• **TASK OBJECTIVE**:
After locating the line that contains "FILE_DESCRIPTION((''),'2;1');" in the data below, set down exactly that line and each one after it through the line that contains "#10=IFCGEOMETRICREPRESENTATIONCONTEXT($,'Plan',2,1.E-05,#9,#5);", and nothing more.

• **AVAILABLE RECORDS**:
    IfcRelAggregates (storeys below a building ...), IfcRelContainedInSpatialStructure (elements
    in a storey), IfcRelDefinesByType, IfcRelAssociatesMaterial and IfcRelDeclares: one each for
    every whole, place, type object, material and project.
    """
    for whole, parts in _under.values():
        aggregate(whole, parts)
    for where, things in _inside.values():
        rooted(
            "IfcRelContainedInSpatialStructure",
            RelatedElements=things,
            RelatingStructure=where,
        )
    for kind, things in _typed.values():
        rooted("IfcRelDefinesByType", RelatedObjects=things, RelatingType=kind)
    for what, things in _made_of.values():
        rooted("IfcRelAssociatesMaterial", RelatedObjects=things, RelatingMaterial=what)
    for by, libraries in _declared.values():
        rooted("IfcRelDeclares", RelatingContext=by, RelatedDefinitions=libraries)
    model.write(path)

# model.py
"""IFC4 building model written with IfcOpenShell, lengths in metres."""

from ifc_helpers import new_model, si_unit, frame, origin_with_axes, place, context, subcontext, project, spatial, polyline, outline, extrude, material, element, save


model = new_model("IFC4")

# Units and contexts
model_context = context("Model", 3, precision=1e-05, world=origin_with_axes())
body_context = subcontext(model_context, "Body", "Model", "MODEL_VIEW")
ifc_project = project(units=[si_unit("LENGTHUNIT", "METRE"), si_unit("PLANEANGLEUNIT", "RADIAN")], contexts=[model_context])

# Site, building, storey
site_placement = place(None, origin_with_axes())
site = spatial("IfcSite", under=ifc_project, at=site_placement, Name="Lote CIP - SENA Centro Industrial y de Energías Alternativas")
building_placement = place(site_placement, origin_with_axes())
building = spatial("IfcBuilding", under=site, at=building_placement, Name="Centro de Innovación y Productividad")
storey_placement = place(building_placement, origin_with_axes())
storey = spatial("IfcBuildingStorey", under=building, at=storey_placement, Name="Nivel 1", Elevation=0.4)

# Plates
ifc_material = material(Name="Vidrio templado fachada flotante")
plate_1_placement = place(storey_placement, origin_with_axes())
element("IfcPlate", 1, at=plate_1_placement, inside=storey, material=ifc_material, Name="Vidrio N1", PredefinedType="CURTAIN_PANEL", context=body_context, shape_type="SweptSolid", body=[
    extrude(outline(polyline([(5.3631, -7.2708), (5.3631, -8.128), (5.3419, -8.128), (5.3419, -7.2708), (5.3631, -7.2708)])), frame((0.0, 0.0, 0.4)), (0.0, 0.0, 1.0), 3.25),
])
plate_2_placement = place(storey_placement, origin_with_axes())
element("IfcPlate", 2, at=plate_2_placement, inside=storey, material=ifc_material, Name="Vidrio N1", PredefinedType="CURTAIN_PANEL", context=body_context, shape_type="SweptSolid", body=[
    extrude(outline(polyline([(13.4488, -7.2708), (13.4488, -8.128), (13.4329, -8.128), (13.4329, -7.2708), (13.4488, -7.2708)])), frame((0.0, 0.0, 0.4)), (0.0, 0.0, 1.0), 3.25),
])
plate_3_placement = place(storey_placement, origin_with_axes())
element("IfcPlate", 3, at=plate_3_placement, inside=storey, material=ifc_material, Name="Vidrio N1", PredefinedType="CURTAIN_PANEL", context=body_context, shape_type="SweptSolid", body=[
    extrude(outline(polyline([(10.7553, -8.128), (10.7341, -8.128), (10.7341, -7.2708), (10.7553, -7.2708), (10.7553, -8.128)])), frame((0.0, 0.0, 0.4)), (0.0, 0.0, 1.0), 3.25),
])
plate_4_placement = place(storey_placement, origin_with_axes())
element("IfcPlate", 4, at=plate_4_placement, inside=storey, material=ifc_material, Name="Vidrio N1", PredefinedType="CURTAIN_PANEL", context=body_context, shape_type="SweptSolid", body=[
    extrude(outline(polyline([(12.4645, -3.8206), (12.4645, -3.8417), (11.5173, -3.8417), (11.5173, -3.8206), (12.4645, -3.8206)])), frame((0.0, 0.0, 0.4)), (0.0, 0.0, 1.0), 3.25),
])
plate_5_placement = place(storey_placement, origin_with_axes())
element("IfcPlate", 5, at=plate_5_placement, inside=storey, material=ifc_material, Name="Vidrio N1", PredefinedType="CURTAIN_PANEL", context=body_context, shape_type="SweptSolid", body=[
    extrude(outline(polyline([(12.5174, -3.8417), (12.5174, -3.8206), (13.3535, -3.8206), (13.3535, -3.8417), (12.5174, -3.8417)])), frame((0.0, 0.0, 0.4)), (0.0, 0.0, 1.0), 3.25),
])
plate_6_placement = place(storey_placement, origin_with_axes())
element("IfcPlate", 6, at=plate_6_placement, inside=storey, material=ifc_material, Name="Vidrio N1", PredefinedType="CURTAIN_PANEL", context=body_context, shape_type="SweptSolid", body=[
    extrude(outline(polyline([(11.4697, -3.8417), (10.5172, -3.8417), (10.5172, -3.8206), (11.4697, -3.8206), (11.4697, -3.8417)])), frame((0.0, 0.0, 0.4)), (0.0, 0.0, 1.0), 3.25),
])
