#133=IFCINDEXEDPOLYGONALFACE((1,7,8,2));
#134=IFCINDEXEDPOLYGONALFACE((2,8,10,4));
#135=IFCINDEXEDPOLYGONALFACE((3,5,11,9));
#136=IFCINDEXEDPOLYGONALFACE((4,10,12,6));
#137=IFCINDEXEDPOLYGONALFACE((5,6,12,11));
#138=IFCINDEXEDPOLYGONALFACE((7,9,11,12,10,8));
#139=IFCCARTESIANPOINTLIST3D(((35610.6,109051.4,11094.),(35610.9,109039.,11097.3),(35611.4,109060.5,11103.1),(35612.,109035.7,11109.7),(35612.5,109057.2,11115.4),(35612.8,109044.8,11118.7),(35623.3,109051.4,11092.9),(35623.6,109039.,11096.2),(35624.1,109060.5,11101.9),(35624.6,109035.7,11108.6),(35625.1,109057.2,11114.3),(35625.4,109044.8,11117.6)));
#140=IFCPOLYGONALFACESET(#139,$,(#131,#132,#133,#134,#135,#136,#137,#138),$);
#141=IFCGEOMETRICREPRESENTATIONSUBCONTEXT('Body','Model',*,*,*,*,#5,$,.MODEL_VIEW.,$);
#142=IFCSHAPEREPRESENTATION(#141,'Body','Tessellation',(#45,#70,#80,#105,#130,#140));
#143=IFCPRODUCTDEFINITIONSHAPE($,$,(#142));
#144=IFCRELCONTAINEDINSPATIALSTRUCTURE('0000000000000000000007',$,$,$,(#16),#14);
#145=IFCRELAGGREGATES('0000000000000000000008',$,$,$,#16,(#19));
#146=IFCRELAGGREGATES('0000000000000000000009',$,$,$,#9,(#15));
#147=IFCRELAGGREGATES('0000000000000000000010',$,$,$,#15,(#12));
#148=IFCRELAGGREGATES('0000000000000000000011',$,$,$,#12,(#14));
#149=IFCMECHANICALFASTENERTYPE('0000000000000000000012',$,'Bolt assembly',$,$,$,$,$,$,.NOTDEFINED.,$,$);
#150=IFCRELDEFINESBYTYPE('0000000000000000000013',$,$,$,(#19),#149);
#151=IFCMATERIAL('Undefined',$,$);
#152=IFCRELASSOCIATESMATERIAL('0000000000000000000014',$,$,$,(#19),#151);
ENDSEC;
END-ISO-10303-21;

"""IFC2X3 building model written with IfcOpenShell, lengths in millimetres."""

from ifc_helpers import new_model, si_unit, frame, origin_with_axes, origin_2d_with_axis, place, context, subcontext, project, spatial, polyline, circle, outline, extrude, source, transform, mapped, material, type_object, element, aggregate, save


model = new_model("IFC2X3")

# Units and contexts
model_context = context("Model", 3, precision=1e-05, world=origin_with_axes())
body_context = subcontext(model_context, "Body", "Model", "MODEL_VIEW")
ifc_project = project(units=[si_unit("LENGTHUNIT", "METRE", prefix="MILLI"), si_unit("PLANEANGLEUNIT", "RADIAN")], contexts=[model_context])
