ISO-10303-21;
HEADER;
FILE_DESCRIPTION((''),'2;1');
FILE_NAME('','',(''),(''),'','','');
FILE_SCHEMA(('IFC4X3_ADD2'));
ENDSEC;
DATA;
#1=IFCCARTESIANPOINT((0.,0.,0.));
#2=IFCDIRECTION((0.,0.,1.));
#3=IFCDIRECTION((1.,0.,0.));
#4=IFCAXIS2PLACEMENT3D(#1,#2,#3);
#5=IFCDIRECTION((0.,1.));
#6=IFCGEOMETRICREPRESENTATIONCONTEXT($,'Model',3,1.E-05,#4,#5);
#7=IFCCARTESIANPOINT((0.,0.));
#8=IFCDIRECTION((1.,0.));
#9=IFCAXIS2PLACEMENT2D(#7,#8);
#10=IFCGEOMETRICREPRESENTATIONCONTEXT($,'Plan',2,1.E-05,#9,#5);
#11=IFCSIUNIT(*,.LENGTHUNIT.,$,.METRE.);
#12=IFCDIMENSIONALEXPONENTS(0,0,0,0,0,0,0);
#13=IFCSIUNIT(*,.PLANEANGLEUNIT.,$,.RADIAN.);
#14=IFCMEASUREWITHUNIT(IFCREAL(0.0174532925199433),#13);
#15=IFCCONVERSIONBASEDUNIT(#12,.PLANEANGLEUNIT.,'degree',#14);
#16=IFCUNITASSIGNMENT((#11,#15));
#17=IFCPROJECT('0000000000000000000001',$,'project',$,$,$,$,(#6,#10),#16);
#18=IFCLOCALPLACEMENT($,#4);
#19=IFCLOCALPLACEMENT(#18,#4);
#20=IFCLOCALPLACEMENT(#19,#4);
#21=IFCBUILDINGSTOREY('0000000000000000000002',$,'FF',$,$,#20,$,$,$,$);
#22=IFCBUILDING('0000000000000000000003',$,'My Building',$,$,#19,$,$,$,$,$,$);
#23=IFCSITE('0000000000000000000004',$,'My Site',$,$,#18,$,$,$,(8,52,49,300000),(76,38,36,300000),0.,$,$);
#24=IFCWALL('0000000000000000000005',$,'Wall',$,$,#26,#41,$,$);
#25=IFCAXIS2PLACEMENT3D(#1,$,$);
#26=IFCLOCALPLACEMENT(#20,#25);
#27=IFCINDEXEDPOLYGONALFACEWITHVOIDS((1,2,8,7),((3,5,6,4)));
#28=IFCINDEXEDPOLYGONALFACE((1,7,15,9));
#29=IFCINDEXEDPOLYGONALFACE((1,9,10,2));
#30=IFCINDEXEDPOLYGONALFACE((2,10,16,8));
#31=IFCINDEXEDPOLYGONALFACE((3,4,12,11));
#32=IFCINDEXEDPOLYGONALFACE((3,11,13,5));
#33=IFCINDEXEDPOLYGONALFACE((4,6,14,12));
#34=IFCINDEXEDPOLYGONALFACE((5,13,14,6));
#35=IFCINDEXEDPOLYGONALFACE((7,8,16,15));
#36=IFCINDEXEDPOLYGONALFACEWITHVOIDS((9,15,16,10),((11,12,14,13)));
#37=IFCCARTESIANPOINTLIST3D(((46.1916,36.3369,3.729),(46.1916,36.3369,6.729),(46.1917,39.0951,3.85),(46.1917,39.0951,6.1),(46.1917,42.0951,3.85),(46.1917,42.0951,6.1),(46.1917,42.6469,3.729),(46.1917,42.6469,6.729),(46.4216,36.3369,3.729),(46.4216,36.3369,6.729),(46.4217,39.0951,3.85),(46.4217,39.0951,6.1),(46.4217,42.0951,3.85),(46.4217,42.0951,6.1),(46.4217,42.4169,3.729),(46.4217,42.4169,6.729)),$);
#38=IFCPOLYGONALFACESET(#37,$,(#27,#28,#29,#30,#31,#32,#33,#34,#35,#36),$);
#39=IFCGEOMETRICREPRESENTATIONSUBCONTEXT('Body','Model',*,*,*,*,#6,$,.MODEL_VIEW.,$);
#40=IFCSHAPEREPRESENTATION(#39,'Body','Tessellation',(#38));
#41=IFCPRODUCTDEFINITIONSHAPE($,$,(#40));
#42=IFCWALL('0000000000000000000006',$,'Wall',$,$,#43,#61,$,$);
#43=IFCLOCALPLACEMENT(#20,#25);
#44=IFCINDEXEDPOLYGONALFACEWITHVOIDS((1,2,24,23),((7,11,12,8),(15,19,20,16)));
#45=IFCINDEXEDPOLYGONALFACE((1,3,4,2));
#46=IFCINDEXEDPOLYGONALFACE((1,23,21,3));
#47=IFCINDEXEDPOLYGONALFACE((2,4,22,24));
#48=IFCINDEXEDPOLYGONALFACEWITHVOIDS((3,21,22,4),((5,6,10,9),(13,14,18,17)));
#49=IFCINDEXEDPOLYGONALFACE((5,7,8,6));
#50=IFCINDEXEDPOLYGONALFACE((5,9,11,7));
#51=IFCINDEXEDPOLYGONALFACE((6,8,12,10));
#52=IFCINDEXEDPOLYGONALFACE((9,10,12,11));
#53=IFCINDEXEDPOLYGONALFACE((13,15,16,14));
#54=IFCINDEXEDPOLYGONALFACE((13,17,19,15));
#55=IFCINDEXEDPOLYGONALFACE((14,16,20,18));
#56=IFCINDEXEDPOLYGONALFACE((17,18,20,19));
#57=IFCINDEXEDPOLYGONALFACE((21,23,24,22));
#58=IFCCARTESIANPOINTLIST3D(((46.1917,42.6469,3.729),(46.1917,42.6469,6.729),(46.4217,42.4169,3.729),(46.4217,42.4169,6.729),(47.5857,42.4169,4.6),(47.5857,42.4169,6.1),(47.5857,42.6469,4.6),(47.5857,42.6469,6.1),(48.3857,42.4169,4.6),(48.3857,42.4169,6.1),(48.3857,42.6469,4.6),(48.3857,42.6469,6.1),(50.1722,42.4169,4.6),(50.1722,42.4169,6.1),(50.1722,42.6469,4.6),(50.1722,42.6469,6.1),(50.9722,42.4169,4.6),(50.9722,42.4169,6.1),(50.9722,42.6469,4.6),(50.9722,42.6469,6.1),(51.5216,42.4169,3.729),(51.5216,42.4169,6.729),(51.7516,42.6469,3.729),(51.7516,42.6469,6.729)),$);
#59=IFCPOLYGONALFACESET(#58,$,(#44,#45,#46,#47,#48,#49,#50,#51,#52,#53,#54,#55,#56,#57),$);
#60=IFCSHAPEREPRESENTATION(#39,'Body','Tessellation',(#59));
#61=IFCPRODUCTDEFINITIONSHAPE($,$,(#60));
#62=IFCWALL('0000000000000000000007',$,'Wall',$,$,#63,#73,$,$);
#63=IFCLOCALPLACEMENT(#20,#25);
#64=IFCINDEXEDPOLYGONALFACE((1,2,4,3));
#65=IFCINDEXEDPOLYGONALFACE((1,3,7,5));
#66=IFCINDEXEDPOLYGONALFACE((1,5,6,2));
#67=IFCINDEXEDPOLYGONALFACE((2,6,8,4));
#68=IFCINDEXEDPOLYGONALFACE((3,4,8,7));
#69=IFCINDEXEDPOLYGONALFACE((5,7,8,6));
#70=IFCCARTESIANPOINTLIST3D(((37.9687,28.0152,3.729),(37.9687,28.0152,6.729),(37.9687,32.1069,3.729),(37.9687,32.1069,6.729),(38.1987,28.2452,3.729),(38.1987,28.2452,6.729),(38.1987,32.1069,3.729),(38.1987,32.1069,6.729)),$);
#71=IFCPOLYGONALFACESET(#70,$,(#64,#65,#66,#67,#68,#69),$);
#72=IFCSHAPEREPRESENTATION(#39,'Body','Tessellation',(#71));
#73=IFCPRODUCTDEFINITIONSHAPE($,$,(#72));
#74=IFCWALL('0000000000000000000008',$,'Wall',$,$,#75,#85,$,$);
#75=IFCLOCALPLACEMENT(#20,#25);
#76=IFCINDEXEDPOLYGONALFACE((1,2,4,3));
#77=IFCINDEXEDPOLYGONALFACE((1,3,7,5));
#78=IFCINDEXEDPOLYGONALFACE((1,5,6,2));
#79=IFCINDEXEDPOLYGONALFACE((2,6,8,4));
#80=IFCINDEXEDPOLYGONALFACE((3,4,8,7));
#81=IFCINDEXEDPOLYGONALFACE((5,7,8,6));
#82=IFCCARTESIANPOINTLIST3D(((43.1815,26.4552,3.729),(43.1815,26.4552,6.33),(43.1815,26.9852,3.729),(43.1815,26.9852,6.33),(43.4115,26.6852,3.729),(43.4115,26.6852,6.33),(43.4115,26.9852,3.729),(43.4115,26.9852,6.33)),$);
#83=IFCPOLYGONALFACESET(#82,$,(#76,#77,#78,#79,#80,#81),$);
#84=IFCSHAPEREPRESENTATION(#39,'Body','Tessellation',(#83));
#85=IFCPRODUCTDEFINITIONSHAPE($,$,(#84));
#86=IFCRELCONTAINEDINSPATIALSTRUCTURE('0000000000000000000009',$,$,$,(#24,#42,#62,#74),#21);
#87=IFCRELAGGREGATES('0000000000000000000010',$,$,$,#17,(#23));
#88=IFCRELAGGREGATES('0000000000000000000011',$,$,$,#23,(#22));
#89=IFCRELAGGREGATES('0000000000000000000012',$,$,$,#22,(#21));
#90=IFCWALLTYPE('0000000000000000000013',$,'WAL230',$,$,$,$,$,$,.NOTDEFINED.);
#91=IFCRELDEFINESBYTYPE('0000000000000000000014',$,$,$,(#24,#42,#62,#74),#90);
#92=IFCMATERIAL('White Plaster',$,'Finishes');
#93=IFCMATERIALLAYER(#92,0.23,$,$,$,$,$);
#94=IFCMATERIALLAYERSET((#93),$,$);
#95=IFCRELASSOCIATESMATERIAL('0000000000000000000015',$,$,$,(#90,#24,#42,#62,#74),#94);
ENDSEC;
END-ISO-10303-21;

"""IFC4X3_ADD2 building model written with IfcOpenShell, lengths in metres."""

from ifc_helpers import new_model, entity, si_unit, converted_unit, direction, frame, origin_with_axes, origin_2d_with_axis, place, context, subcontext, project, spatial, line, indexed_curve, outline, extrude, source, transform, mapped, material, layer, layer_set, layer_usage, type_object, element, save


model = new_model("IFC4X3_ADD2")

# Units and contexts
model_context = context("Model", 3, precision=1e-05, world=origin_with_axes(), true_north=direction((0.0, 1.0)))
plan_context = context("Plan", 2, precision=1e-05, world=origin_2d_with_axis(), true_north=direction((0.0, 1.0)))
body_context = subcontext(model_context, "Body", "Model", "MODEL_VIEW")
ifc_project = project(units=[si_unit("LENGTHUNIT", "METRE"), converted_unit("PLANEANGLEUNIT", "degree", entity("IfcReal", 0.0174532925199433), si_unit("PLANEANGLEUNIT", "RADIAN"), dimensions=[0, 0, 0, 0, 0, 0, 0])], contexts=[model_context, plan_context])

# Site, building, storey
site_placement = place(None, origin_with_axes())
site = spatial("IfcSite", under=ifc_project, at=site_placement, Name="My Site", RefLatitude=(8, 52, 49, 300000), RefLongitude=(76, 38, 36, 300000), RefElevation=0.0)
building_placement = place(site_placement, origin_with_axes())
building = spatial("IfcBuilding", under=site, at=building_placement, Name="My Building")
storey_placement = place(building_placement, origin_with_axes())
storey = spatial("IfcBuildingStorey", under=building, at=storey_placement, Name="FF")

# Wall, opening
ifc_material_1 = material(Name="White Plaster", Category="Finishes")
ifc_layer_1 = layer(ifc_material_1, 0.23)
ifc_layer_set_1 = layer_set([ifc_layer_1])
ifc_layer_usage_1 = layer_usage(ifc_layer_set_1, "AXIS2", "POSITIVE", 0.0)
wall_type_1 = type_object("IfcWallType", Name="WAL230", PredefinedType="NOTDEFINED", material=ifc_layer_set_1)
wall_1_placement = place(storey_placement, frame((46.4216, 36.3369, 3.729), z_axis=(0.0, 0.0, 1.0), x_axis=(0.0, 1.0, 0.0)))
wall_1 = element("IfcWall", 1, at=wall_1_placement, inside=storey, type_object=wall_type_1, material=ifc_layer_usage_1, Name="Wall", context=body_context, shape_type="SweptSolid", body=[
    extrude(outline(indexed_curve([(0.0, 0.0), (0.0, 0.23), (6.31, 0.23), (6.08, 0.0)], segments=[line(1, 2, 3, 4, 1)])), origin_with_axes(), (0.0, 0.0, 1.0), 3.0),
])
shared_shape_1 = source(origin_with_axes(), body_context, "Body", "SweptSolid", [
    extrude(outline(indexed_curve([(0.0, 0.0), (3.0, 0.0), (3.0, 2.25), (0.0, 2.25)], segments=[line(1, 2, 3, 4, 1)])), frame((0.0, -0.6, 0.0), z_axis=(0.0, -1.0, 0.0), x_axis=(1.0, 0.0, 0.0)), (0.0, 0.0, -1.0), 1.2),
])
opening_1_placement = place(wall_1_placement, frame((2.7582, 0.0, 0.121), z_axis=(0.0, 0.0, 1.0), x_axis=(1.0, 0.0, 0.0)))
element("IfcOpeningElement", 2, at=opening_1_placement, cuts=wall_1, PredefinedType="OPENING", context=body_context, shape_type="MappedRepresentation", body=[
    mapped(shared_shape_1, transform((0.0, 0.0, 0.0), x_axis=(1.0, 0.0, 0.0), y_axis=(0.0, 1.0, 0.0), z_axis=(0.0, 0.0, 1.0), scale=1.0)),
])

# Wall, openings
ifc_layer_usage_2 = layer_usage(ifc_layer_set_1, "AXIS2", "POSITIVE", 0.0)
wall_2_placement = place(storey_placement, frame((51.7516, 42.6469, 3.729), z_axis=(0.0, 0.0, 1.0), x_axis=(-1.0, 0.0, 0.0)))
wall_2 = element("IfcWall", 3, at=wall_2_placement, inside=storey, type_object=wall_type_1, material=ifc_layer_usage_2, Name="Wall", context=body_context, shape_type="SweptSolid", body=[
    extrude(outline(indexed_curve([(0.0, 0.0), (0.23, 0.23), (5.33, 0.23), (5.56, 0.0)], segments=[line(1, 2, 3, 4, 1)])), origin_with_axes(), (0.0, 0.0, 1.0), 3.0),
])
shared_shape_2 = source(origin_with_axes(), body_context, "Body", "SweptSolid", [
    extrude(outline(indexed_curve([(0.0, 0.0), (0.8, 0.0), (0.8, 1.5), (0.0, 1.5)], segments=[line(1, 2, 3, 4, 1)])), frame((0.0, -0.6, 0.0), z_axis=(0.0, -1.0, 0.0), x_axis=(1.0, 0.0, 0.0)), (0.0, 0.0, -1.0), 1.2),
])
opening_2_placement = place(wall_2_placement, frame((1.5795, 0.25, 0.871), z_axis=(0.0, 0.0, 1.0), x_axis=(-1.0, 0.0, 0.0)))
element("IfcOpeningElement", 4, at=opening_2_placement, cuts=wall_2, PredefinedType="OPENING", context=body_context, shape_type="MappedRepresentation", body=[
    mapped(shared_shape_2, transform((0.0, 0.0, 0.0), x_axis=(1.0, 0.0, 0.0), y_axis=(0.0, 1.0, 0.0), z_axis=(0.0, 0.0, 1.0), scale=1.0)),
])
opening_3_placement = place(wall_2_placement, frame((4.1659, 0.23, 0.871), z_axis=(0.0, 0.0, 1.0), x_axis=(-1.0, 0.0, 0.0)))
element("IfcOpeningElement", 5, at=opening_3_placement, cuts=wall_2, PredefinedType="OPENING", context=body_context, shape_type="MappedRepresentation", body=[
    mapped(shared_shape_2, transform((0.0, 0.0, 0.0), x_axis=(1.0, 0.0, 0.0), y_axis=(0.0, 1.0, 0.0), z_axis=(0.0, 0.0, 1.0), scale=1.0)),
])

# Walls
ifc_layer_usage_3 = layer_usage(ifc_layer_set_1, "AXIS2", "POSITIVE", 0.0)
wall_3_placement = place(storey_placement, frame((38.1987, 28.2452, 3.729), z_axis=(0.0, 0.0, 1.0), x_axis=(0.0, 1.0, 0.0)))
element("IfcWall", 6, at=wall_3_placement, inside=storey, type_object=wall_type_1, material=ifc_layer_usage_3, Name="Wall", context=body_context, shape_type="SweptSolid", body=[
    extrude(outline(indexed_curve([(0.0, 0.0), (-0.23, 0.23), (3.8617, 0.23), (3.8617, 0.0)], segments=[line(1, 2, 3, 4, 1)])), origin_with_axes(), (0.0, 0.0, 1.0), 3.0),
])
ifc_layer_usage_4 = layer_usage(ifc_layer_set_1, "AXIS2", "POSITIVE", 0.0)
wall_4_placement = place(storey_placement, frame((43.4115, 26.6852, 3.729), z_axis=(0.0, 0.0, 1.0), x_axis=(0.0, 1.0, 0.0)))
element("IfcWall", 7, at=wall_4_placement, inside=storey, type_object=wall_type_1, material=ifc_layer_usage_4, Name="Wall", context=body_context, shape_type="SweptSolid", body=[
    extrude(outline(indexed_curve([(0.0, 0.0), (-0.23, 0.23), (0.3, 0.23), (0.3, 0.0)], segments=[line(1, 2, 3, 4, 1)])), origin_with_axes(), (0.0, 0.0, 1.0), 2.601),
])

save(model, "model.ifc")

• **RESPONSE TO THIS TASK**:
FILE_DESCRIPTION((''),'2;1');
FILE_NAME('','',(''),(''),'','','');
FILE_SCHEMA(('IFC4X3_ADD2'));
ENDSEC;
DATA;
#1=IFCCARTESIANPOINT((0.,0.,0.));
#2=IFCDIRECTION((0.,0.,1.));
#3=IFCDIRECTION((1.,0.,0.));
#4=IFCAXIS2PLACEMENT3D(#1,#2,#3);
#5=IFCDIRECTION((0.,1.));
#6=IFCGEOMETRICREPRESENTATIONCONTEXT($,'Model',3,1.E-05,#4,#5);
#7=IFCCARTESIANPOINT((0.,0.));
#8=IFCDIRECTION((1.,0.));
#9=IFCAXIS2PLACEMENT2D(#7,#8);
#10=IFCGEOMETRICREPRESENTATIONCONTEXT($,'Plan',2,1.E-05,#9,#5);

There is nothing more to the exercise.